Authors: Jack Campbell
Tags: #Science Fiction & Fantasy, #Science Fiction, #Adventure, #Anthologies, #Military, #Space Fleet, #Anthologies & Short Stories, #Time travel, #The Lost Fleet
Jim watched from concealment between two bushes, ready to move if necessary but wanting to size up the opposition. The two other boys reached the back of Betty’s house, less than ten feet from Jim, but seemed totally oblivious to his hidden presence.
Light glinted on something in the hand of the larger boy. It had been a very long time ago when he had seen such things, but those were memories that didn’t fade. It was the play of the moon’s radiance on the dull metal of a knife blade.
Murder? The other cases had left no clues to the fate of the missing kids, and there had been nothing in future data bases. Teenage runaways were one thing, depressingly common, and often resulting in little publicity, especially during this period. But these two didn’t want the kind of fuss that the murders of children in their bedrooms would create. How could they erase that kind of thing from public and private records? If these boys had homicidal intent, they weren’t planning on killing Betty in her room or anywhere nearby. As with Paul and Charlie, they doubtless intended taking her somewhere distant first, and that meant they needed her able to walk.
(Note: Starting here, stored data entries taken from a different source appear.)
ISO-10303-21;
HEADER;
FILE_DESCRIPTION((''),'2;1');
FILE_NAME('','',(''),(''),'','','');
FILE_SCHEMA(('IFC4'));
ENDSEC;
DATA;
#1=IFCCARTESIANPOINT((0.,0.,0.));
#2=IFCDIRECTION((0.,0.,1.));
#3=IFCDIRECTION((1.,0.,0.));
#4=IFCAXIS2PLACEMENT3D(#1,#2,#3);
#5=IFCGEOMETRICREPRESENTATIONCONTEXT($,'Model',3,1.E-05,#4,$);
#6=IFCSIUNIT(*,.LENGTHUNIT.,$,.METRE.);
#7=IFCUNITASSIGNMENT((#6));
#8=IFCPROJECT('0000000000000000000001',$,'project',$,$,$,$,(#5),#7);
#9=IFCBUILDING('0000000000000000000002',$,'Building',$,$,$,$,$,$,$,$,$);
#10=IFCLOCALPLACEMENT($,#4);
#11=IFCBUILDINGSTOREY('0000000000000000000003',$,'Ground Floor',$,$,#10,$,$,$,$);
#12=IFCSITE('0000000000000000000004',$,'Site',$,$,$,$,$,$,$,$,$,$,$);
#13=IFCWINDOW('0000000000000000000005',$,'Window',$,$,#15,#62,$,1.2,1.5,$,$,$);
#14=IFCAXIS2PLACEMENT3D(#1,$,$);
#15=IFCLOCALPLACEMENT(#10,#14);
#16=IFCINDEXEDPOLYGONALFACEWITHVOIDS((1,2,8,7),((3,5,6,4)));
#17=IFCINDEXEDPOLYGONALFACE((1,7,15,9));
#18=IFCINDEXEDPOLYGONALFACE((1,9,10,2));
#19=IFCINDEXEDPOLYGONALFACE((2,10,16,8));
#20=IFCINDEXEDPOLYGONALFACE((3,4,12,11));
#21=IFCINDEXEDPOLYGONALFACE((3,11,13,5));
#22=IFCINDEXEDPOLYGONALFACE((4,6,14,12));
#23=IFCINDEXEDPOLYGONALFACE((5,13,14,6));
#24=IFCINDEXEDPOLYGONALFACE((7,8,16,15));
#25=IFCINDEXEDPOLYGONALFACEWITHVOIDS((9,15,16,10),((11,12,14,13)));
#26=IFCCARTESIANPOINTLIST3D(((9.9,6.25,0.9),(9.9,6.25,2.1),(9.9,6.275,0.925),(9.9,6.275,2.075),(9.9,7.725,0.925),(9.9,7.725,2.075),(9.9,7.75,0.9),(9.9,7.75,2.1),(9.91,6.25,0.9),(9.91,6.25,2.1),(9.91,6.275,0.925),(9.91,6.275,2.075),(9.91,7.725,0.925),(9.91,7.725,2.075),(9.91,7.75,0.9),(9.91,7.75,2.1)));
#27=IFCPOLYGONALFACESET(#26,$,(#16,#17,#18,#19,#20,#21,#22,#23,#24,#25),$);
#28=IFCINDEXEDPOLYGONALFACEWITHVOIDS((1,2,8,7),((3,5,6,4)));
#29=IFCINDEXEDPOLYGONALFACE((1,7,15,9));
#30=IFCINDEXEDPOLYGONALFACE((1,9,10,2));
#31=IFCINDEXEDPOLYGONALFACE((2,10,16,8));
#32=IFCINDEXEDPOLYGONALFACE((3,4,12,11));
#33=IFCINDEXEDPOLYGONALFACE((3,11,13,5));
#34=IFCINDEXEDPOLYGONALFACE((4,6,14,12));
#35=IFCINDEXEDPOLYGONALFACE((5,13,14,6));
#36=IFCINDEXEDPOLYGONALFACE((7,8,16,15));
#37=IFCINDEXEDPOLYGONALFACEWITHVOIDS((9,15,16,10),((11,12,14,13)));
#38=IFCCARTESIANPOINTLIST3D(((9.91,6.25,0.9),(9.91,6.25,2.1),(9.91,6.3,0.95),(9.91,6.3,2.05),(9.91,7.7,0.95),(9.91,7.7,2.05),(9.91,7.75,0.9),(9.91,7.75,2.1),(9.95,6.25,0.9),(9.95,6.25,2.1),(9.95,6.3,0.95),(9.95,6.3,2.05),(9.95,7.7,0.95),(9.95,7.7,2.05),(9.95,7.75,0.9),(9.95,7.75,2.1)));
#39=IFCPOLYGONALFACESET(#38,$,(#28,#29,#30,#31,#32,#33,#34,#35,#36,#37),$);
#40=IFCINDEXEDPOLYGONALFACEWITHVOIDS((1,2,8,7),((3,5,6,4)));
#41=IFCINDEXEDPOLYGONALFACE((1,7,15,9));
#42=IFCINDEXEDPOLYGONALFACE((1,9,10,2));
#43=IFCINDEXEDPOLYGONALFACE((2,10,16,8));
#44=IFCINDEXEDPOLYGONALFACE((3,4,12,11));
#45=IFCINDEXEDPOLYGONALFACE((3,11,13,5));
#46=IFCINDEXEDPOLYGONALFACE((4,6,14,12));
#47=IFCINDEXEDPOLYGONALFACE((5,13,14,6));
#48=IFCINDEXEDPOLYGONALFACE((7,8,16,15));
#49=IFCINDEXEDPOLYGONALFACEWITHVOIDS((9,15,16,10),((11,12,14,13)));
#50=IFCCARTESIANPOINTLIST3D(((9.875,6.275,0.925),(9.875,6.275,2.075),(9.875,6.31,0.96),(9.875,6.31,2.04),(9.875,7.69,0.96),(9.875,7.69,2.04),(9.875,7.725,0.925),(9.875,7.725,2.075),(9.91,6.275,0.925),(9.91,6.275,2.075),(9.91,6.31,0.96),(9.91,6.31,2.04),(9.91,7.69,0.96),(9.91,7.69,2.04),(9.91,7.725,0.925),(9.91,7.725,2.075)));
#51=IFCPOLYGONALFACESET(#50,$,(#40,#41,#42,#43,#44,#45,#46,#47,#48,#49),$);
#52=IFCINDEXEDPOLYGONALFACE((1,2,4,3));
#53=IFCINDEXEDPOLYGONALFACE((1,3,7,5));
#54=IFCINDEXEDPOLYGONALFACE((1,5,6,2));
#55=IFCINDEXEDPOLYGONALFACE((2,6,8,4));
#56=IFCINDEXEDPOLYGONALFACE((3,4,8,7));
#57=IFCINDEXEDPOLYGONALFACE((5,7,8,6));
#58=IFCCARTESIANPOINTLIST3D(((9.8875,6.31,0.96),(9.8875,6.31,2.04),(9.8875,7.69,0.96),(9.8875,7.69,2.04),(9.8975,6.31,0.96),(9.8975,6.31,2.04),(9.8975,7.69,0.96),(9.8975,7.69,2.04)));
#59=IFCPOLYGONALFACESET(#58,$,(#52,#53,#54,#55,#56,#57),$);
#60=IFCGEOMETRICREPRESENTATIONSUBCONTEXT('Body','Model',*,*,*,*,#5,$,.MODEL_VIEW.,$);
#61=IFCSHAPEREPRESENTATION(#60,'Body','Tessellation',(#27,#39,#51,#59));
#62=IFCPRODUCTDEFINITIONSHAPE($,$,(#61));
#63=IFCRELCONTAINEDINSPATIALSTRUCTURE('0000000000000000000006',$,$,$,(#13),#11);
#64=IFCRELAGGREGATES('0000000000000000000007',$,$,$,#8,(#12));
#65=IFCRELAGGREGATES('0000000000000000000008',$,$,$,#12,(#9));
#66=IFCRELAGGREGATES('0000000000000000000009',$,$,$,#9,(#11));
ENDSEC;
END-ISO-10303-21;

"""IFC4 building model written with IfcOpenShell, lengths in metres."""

from ifc_helpers import new_model, si_unit, frame, origin_with_axes, place, context, subcontext, project, spatial, line, indexed_curve, outline, extrude, element, save


model = new_model("IFC4")

# Units and contexts
model_context = context("Model", 3, precision=1e-05, world=origin_with_axes())
body_context = subcontext(model_context, "Body", "Model", "MODEL_VIEW")
ifc_project = project(units=[si_unit("LENGTHUNIT", "METRE")], contexts=[model_context])

# Site, building, storey
site = spatial("IfcSite", under=ifc_project, Name="Site")
building = spatial("IfcBuilding", under=site, Name="Building")
storey_placement = place(None, origin_with_axes())
storey = spatial("IfcBuildingStorey", under=building, at=storey_placement, Name="Ground Floor")

# Window
for number, where, z_axis, x_axis, name in (
    (1, (10.0, 6.25, 0.9), (0.0, 0.0, 1.0), (0.0, 1.0, 0.0), "Window"),
):
    element("IfcWindow", number, at=place(storey_placement, frame(where, z_axis=z_axis, x_axis=x_axis)), inside=storey, Name=name, OverallHeight=1.2, OverallWidth=1.5, context=body_context, shape_type="SweptSolid", body=[
        extrude(outline(indexed_curve([(0.0, 0.0), (1.5, 0.0), (1.5, 1.2), (0.0, 1.2)], segments=[line(1, 2, 3, 4, 1)]), holes=[indexed_curve([(0.025, 0.025), (1.475, 0.025), (1.475, 1.175), (0.025, 1.175)], segments=[line(1, 2, 3, 4, 1)])]), frame((0.0, 0.09, 0.0), z_axis=(0.0, -1.0, 0.0), x_axis=(1.0, 0.0, 0.0)), (0.0, 0.0, -1.0), 0.01),
        extrude(outline(indexed_curve([(0.0, 0.0), (1.5, 0.0), (1.5, 1.2), (0.0, 1.2)], segments=[line(1, 2, 3, 4, 1)]), holes=[indexed_curve([(0.05, 0.05), (1.45, 0.05), (1.45, 1.15), (0.05, 1.15)], segments=[line(1, 2, 3, 4, 1)])]), frame((0.0, 0.05, 0.0), z_axis=(0.0, -1.0, 0.0), x_axis=(1.0, 0.0, 0.0)), (0.0, 0.0, -1.0), 0.04),
        extrude(outline(indexed_curve([(0.0, 0.0), (1.45, 0.0), (1.45, 1.15), (0.0, 1.15)], segments=[line(1, 2, 3, 4, 1)]), holes=[indexed_curve([(0.035, 0.035), (1.415, 0.035), (1.415, 1.115), (0.035, 1.115)], segments=[line(1, 2, 3, 4, 1)])]), frame((0.025, 0.09, 0.025), z_axis=(0.0, -1.0, 0.0), x_axis=(1.0, 0.0, 0.0)), (0.0, 0.0, -1.0), 0.035),
        extrude(outline(indexed_curve([(0.035, 0.035), (1.415, 0.035), (1.415, 1.115), (0.035, 1.115)], segments=[line(1, 2, 3, 4, 1)])), frame((0.025, 0.1025, 0.025), z_axis=(0.0, -1.0, 0.0), x_axis=(1.0, 0.0, 0.0)), (0.0, 0.0, -1.0), 0.01),
    ])

save(model, "model.ifc")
The two boys didn’t move toward Betty’s window, instead casting constant looks toward one of the neighbor’s houses, where a lighted window spoke of someone still awake.
Jim waited, watching, as the two boys grew more and more nervous, then after perhaps an hour and a half had a quiet, heated argument in whispers that Jim couldn’t quite make out, though their frequent glances at the neighbor’s lighted window made it clear they were worried about being seen by someone in that house. Finally, the two bolted, moving with their clumsy attempts at sneakiness out onto the street and vanished from sight.
He spent another hour on sentry, but the two didn’t return even though the neighbor finally turned off his light.
Jim moved out with extreme caution, just in case the other two were still watching, but he found no trace of them.
He was certain they would be back the next night, though. The vaunted time patrol had arrived, in the form of two kids with a knife.
#
“Hi, Mrs. Knox. Can I see Betty?”
Mrs. Knox gave him the fish eye, shaking her head. “I’m afraid not.”
Jim tried to project the right degree of awkwardness, innocence and politeness. “Is she okay? I’m really worried she might be sick or something.”
Relaxing a bit, Betty’s mother shook her head again. “Betty’s all right. She just needs a little time to reflect.”
“Oh.” Show disappointment. Show teenage heartbreak. “I just came by to make sure she was okay.”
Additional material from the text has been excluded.